Source records

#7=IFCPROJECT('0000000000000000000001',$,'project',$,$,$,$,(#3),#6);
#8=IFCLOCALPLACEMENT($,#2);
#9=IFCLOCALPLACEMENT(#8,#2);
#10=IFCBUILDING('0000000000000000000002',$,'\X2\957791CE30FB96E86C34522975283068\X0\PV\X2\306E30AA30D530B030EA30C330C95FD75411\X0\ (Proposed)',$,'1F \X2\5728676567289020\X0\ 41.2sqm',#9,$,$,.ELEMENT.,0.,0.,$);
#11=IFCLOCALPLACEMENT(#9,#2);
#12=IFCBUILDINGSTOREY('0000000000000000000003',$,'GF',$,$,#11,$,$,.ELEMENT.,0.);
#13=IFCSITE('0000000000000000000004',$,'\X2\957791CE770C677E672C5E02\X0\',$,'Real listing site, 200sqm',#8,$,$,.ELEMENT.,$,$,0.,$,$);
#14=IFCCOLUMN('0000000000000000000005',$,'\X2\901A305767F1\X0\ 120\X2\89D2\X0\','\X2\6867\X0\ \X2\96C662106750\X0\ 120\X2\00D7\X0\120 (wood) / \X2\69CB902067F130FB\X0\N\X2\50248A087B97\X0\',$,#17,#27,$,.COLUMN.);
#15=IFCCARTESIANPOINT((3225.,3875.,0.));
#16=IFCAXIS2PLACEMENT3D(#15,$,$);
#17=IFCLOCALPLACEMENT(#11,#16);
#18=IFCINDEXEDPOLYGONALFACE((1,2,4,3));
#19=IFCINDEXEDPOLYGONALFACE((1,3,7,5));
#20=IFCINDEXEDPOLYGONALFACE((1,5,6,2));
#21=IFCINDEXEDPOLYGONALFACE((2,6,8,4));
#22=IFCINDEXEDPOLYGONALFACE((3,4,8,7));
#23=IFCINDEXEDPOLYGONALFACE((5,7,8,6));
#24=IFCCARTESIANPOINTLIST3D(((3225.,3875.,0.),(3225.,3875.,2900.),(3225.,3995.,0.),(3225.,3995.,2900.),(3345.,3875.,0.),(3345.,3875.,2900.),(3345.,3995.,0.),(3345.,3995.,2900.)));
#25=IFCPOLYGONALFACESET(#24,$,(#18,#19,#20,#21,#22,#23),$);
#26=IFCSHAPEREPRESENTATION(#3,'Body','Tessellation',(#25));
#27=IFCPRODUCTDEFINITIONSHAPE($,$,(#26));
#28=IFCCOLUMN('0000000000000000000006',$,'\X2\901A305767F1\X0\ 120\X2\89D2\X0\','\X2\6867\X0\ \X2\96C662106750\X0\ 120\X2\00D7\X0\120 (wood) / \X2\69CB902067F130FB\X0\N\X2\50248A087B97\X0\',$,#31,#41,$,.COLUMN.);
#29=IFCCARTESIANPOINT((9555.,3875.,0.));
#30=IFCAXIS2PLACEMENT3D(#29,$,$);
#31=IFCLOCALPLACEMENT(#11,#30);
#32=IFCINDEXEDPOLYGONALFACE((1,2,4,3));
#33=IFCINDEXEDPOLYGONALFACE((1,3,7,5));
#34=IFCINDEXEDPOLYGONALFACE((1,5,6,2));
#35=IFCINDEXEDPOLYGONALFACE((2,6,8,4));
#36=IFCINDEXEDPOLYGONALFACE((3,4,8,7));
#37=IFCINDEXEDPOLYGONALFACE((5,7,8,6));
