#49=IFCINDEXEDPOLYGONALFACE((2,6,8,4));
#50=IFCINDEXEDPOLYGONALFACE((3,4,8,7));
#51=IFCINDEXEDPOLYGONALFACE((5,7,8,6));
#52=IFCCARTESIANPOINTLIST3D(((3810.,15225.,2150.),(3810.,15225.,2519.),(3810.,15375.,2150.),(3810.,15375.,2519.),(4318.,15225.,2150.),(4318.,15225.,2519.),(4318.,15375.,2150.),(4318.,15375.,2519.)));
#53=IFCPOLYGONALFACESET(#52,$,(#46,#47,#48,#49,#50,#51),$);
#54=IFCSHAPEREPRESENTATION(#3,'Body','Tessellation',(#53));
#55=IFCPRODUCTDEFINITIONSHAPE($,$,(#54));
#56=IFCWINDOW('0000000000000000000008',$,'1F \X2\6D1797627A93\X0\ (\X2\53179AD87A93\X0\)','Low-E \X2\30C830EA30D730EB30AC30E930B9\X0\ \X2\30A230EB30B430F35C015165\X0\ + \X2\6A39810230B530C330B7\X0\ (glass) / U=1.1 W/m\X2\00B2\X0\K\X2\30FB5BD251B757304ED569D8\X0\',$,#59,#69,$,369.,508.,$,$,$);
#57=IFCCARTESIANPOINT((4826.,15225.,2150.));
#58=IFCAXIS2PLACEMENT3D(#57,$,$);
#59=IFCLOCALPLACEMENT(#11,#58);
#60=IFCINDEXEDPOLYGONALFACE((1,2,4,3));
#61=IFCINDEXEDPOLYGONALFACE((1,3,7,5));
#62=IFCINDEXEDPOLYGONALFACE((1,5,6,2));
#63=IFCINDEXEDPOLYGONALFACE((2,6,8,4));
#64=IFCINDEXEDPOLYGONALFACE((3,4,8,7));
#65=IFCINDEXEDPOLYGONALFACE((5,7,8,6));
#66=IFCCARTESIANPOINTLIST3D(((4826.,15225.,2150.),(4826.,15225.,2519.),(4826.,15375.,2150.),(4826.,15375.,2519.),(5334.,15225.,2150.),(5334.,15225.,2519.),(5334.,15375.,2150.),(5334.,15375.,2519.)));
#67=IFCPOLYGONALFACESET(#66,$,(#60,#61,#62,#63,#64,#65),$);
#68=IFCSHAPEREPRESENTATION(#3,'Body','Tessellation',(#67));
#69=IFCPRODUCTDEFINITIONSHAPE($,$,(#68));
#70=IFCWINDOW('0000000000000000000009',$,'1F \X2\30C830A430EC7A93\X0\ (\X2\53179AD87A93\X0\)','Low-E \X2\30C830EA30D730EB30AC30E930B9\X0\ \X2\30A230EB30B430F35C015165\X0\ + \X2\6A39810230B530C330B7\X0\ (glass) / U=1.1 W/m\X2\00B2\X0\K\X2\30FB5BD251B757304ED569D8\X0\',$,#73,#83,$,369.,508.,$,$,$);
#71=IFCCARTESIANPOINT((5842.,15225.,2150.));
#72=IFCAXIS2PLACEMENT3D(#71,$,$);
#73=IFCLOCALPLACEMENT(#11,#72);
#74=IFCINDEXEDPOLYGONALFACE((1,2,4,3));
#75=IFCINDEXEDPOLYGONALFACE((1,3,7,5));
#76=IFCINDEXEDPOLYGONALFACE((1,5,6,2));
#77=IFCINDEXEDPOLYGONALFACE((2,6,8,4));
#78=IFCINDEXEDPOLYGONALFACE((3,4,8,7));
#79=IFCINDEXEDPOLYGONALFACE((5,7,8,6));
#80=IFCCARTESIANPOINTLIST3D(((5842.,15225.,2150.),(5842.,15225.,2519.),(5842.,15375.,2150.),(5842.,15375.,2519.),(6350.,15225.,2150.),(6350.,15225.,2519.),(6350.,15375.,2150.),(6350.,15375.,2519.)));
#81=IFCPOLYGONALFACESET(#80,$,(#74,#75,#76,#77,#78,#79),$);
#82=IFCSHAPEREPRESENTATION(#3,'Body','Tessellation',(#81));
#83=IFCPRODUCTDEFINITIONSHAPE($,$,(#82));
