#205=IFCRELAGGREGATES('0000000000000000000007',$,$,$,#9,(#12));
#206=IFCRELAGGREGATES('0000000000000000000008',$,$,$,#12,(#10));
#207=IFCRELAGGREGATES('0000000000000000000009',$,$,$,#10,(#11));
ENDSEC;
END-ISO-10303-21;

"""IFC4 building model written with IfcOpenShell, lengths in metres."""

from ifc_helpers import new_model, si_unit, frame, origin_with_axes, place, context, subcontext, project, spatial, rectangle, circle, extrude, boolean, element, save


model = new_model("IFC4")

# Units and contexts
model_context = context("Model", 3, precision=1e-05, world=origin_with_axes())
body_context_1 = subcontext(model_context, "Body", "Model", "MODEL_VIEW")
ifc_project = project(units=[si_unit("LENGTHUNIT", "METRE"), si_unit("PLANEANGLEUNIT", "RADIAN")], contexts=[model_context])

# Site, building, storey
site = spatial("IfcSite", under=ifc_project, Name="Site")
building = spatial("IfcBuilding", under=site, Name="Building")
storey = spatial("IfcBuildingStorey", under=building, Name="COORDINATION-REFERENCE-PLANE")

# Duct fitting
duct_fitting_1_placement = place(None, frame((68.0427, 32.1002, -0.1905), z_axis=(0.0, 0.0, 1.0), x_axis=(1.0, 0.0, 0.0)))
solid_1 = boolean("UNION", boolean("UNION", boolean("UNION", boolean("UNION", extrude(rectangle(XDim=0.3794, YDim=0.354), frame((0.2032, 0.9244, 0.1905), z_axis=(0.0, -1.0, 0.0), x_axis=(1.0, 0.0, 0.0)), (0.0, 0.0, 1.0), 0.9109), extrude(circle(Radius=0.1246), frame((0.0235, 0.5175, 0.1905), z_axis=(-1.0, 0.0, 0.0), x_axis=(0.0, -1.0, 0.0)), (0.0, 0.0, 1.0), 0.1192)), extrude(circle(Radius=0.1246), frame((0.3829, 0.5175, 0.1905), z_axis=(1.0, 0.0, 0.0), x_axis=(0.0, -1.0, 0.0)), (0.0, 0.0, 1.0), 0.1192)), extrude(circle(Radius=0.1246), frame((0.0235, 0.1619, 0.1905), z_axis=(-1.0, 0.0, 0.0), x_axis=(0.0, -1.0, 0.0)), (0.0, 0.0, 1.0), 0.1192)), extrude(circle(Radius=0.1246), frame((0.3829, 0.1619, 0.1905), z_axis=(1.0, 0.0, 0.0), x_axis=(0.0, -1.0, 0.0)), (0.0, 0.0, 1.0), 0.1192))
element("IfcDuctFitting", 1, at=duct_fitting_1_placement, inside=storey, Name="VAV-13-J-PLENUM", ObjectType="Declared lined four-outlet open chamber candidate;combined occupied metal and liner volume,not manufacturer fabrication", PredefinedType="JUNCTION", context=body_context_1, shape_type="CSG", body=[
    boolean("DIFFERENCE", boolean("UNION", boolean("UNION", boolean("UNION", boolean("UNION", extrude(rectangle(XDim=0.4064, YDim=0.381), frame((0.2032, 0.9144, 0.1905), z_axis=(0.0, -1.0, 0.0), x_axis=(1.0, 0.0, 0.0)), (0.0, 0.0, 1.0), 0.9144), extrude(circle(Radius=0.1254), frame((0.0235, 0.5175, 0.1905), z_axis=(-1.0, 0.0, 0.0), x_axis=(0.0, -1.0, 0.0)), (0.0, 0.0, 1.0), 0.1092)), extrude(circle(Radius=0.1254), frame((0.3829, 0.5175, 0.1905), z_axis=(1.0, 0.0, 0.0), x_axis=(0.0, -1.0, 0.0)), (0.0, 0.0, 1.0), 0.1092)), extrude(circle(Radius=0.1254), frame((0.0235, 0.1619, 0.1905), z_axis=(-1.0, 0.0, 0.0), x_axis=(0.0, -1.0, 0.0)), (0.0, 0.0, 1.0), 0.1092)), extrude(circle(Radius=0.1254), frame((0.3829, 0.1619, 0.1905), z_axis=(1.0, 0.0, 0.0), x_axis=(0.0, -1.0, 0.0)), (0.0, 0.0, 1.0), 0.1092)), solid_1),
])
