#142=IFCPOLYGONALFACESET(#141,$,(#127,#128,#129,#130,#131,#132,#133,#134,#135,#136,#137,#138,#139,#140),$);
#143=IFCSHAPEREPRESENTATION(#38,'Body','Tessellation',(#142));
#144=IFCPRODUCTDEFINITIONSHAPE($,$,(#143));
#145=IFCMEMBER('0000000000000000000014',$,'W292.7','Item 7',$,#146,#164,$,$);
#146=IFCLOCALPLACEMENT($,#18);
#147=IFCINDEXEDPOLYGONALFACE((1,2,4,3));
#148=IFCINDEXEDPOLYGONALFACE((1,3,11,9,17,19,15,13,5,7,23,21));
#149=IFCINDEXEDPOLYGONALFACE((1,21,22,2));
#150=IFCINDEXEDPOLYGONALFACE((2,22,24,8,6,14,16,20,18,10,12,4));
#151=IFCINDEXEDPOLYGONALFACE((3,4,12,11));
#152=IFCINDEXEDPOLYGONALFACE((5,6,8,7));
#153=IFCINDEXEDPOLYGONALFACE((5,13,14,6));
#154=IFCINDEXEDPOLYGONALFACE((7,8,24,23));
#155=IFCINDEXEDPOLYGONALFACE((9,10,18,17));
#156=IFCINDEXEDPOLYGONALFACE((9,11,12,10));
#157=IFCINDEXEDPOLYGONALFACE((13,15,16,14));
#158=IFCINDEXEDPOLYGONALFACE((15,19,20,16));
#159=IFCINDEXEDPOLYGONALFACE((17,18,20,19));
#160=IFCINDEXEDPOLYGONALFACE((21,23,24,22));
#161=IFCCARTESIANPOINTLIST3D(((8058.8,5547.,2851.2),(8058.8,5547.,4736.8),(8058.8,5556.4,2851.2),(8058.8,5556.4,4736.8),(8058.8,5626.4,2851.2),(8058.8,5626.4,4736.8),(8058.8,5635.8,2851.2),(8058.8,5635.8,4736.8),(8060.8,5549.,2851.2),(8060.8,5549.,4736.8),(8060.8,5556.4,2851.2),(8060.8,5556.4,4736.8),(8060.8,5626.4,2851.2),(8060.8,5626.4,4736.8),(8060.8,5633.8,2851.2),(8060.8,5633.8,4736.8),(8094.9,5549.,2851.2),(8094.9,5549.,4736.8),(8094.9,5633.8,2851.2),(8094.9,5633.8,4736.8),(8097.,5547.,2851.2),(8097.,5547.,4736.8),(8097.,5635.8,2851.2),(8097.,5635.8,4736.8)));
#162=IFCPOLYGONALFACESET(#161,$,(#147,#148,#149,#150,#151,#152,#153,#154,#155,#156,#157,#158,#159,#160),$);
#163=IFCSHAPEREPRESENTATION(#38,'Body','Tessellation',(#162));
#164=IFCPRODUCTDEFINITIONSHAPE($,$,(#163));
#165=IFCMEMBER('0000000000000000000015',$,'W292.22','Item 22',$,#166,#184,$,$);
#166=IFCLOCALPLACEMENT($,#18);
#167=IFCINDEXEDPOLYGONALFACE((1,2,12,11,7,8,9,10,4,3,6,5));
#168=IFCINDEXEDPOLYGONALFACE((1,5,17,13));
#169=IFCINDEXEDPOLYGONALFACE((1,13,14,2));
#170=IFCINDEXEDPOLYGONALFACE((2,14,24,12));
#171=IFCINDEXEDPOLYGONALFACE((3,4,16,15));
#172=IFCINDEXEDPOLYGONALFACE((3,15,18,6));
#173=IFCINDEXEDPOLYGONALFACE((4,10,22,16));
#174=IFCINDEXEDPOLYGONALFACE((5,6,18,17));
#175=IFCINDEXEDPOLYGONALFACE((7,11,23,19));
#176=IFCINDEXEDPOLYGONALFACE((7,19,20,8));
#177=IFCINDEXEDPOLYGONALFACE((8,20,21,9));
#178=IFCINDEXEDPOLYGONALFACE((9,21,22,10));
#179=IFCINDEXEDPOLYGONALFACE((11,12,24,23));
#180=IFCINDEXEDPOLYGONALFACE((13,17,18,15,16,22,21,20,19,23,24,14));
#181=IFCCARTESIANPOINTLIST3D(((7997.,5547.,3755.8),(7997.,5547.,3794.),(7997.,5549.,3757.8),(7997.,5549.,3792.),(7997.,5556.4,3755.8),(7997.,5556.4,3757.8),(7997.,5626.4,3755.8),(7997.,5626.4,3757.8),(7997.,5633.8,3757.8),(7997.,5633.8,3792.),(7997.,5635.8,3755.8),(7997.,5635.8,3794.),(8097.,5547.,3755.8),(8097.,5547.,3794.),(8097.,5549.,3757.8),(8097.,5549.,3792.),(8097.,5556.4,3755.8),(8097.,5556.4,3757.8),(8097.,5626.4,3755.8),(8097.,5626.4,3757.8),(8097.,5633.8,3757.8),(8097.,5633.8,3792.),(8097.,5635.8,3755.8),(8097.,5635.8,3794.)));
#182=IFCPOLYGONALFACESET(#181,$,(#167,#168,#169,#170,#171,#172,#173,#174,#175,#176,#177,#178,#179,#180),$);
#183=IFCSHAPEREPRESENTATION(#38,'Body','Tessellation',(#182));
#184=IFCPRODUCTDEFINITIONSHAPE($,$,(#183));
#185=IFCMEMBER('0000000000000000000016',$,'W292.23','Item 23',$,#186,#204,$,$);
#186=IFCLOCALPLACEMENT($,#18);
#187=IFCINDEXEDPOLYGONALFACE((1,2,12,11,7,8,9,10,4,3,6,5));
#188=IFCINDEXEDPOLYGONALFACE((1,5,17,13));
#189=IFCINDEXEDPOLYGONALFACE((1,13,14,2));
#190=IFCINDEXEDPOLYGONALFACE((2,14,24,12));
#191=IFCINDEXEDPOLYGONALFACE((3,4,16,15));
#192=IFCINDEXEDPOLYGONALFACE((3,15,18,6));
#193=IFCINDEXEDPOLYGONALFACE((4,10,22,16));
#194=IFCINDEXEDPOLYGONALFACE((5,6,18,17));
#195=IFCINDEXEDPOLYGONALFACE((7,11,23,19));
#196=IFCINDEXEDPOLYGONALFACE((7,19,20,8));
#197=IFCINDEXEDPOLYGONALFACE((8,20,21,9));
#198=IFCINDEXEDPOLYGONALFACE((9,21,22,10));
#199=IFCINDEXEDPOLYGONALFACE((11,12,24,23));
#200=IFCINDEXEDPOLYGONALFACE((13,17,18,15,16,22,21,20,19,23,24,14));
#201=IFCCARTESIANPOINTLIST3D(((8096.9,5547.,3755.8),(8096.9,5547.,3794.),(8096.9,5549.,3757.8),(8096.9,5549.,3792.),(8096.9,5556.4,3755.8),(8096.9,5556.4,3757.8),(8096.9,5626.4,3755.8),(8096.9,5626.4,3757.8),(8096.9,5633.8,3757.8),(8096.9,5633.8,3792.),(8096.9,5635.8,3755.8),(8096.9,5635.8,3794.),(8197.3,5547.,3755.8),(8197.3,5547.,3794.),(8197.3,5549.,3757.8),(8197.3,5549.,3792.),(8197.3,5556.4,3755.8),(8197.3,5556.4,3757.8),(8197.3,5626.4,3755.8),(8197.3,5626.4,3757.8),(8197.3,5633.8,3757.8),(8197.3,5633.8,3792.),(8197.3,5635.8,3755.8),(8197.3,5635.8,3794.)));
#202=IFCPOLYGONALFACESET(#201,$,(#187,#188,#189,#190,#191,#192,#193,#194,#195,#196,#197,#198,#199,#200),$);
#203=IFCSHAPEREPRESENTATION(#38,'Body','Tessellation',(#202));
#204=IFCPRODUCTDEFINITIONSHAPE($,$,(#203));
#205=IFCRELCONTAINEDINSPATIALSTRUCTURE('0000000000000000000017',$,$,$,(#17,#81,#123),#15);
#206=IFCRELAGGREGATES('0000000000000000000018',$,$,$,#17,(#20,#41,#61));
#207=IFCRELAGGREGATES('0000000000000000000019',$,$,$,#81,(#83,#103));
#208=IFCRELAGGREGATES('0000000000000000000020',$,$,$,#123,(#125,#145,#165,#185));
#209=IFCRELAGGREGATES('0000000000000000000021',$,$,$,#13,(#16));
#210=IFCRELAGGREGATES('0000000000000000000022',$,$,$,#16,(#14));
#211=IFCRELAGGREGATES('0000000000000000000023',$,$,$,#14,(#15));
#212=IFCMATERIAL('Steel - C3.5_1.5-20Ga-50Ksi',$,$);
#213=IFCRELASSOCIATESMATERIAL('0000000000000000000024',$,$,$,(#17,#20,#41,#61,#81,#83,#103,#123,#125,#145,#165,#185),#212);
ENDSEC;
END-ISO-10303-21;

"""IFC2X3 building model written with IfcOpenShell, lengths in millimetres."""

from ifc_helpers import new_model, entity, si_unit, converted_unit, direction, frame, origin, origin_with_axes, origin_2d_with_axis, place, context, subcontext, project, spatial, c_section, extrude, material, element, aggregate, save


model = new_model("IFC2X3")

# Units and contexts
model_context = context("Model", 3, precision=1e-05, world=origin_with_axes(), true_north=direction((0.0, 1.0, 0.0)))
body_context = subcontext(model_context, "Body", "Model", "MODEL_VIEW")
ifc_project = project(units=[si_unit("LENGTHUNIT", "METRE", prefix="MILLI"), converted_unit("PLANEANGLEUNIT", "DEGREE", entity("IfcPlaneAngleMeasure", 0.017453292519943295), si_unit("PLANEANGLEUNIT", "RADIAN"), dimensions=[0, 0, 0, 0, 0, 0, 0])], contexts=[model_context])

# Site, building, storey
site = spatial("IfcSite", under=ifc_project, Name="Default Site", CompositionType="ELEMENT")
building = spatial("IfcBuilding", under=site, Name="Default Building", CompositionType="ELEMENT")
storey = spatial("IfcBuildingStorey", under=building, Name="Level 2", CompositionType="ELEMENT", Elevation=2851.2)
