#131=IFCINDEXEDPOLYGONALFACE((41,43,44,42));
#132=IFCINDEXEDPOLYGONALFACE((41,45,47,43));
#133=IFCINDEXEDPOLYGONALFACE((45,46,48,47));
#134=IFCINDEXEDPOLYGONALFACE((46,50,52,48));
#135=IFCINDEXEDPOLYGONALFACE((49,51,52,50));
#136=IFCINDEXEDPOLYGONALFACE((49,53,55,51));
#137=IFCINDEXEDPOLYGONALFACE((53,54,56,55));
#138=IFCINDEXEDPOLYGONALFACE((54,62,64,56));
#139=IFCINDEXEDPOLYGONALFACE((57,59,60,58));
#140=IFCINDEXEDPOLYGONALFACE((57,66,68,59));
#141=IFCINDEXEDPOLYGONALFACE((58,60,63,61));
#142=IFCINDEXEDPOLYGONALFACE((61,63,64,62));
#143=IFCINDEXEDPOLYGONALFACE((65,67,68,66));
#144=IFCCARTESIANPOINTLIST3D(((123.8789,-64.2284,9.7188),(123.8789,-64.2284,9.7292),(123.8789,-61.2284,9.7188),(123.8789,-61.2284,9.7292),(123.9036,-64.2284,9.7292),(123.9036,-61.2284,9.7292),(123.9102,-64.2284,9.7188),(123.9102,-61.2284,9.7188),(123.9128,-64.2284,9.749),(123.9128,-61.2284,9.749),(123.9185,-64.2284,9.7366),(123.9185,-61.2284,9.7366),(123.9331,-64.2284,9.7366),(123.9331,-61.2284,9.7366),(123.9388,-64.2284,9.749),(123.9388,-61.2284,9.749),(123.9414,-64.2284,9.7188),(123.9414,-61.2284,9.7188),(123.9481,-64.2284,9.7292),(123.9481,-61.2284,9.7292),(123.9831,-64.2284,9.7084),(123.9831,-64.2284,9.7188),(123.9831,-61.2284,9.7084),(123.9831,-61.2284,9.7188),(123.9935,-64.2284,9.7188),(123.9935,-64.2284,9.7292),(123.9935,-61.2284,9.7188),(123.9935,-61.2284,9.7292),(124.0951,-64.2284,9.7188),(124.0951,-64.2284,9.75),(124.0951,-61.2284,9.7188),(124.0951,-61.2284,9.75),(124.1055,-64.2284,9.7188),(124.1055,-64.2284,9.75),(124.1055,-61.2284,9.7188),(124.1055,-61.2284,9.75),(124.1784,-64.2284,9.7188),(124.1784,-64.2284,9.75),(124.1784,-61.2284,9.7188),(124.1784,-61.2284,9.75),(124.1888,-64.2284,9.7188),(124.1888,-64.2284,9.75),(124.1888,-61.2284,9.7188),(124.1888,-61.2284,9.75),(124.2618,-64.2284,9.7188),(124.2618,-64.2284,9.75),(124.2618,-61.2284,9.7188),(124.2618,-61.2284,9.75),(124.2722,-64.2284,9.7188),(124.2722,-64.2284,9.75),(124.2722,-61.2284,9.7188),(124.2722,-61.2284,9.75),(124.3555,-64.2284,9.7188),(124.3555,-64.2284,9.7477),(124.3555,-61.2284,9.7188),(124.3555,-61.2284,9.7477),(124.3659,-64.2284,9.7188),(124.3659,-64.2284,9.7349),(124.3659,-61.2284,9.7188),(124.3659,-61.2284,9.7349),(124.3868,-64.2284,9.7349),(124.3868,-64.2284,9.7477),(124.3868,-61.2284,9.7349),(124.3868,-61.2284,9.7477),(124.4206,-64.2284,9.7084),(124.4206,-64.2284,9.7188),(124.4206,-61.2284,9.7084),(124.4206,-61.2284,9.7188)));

» What to work on
From the entries above, print the lines beginning at the one with "#149=IFCINDEXEDPOLYGONALFACE((1,21,22,2));" and stopping after the one with "#169=IFCINDEXEDPOLYGONALFACE((1,13,14,2));", exactly as written and with nothing else.

» Task result
#149=IFCINDEXEDPOLYGONALFACE((1,21,22,2));
#150=IFCINDEXEDPOLYGONALFACE((2,22,24,8,6,14,16,20,18,10,12,4));
#151=IFCINDEXEDPOLYGONALFACE((3,4,12,11));
#152=IFCINDEXEDPOLYGONALFACE((5,6,8,7));
#153=IFCINDEXEDPOLYGONALFACE((5,13,14,6));
#154=IFCINDEXEDPOLYGONALFACE((7,8,24,23));
#155=IFCINDEXEDPOLYGONALFACE((9,10,18,17));
#156=IFCINDEXEDPOLYGONALFACE((9,11,12,10));
#157=IFCINDEXEDPOLYGONALFACE((13,15,16,14));
#158=IFCINDEXEDPOLYGONALFACE((15,19,20,16));
#159=IFCINDEXEDPOLYGONALFACE((17,18,20,19));
#160=IFCINDEXEDPOLYGONALFACE((21,23,24,22));
#161=IFCCARTESIANPOINTLIST3D(((8058.8,5547.,2851.2),(8058.8,5547.,4736.8),(8058.8,5556.4,2851.2),(8058.8,5556.4,4736.8),(8058.8,5626.4,2851.2),(8058.8,5626.4,4736.8),(8058.8,5635.8,2851.2),(8058.8,5635.8,4736.8),(8060.8,5549.,2851.2),(8060.8,5549.,4736.8),(8060.8,5556.4,2851.2),(8060.8,5556.4,4736.8),(8060.8,5626.4,2851.2),(8060.8,5626.4,4736.8),(8060.8,5633.8,2851.2),(8060.8,5633.8,4736.8),(8094.9,5549.,2851.2),(8094.9,5549.,4736.8),(8094.9,5633.8,2851.2),(8094.9,5633.8,4736.8),(8097.,5547.,2851.2),(8097.,5547.,4736.8),(8097.,5635.8,2851.2),(8097.,5635.8,4736.8)));
#162=IFCPOLYGONALFACESET(#161,$,(#147,#148,#149,#150,#151,#152,#153,#154,#155,#156,#157,#158,#159,#160),$);
#163=IFCSHAPEREPRESENTATION(#38,'Body','Tessellation',(#162));
#164=IFCPRODUCTDEFINITIONSHAPE($,$,(#163));
#165=IFCMEMBER('0000000000000000000015',$,'W292.22','Item 22',$,#166,#184,$,$);
#166=IFCLOCALPLACEMENT($,#18);
#167=IFCINDEXEDPOLYGONALFACE((1,2,12,11,7,8,9,10,4,3,6,5));
#168=IFCINDEXEDPOLYGONALFACE((1,5,17,13));
#169=IFCINDEXEDPOLYGONALFACE((1,13,14,2));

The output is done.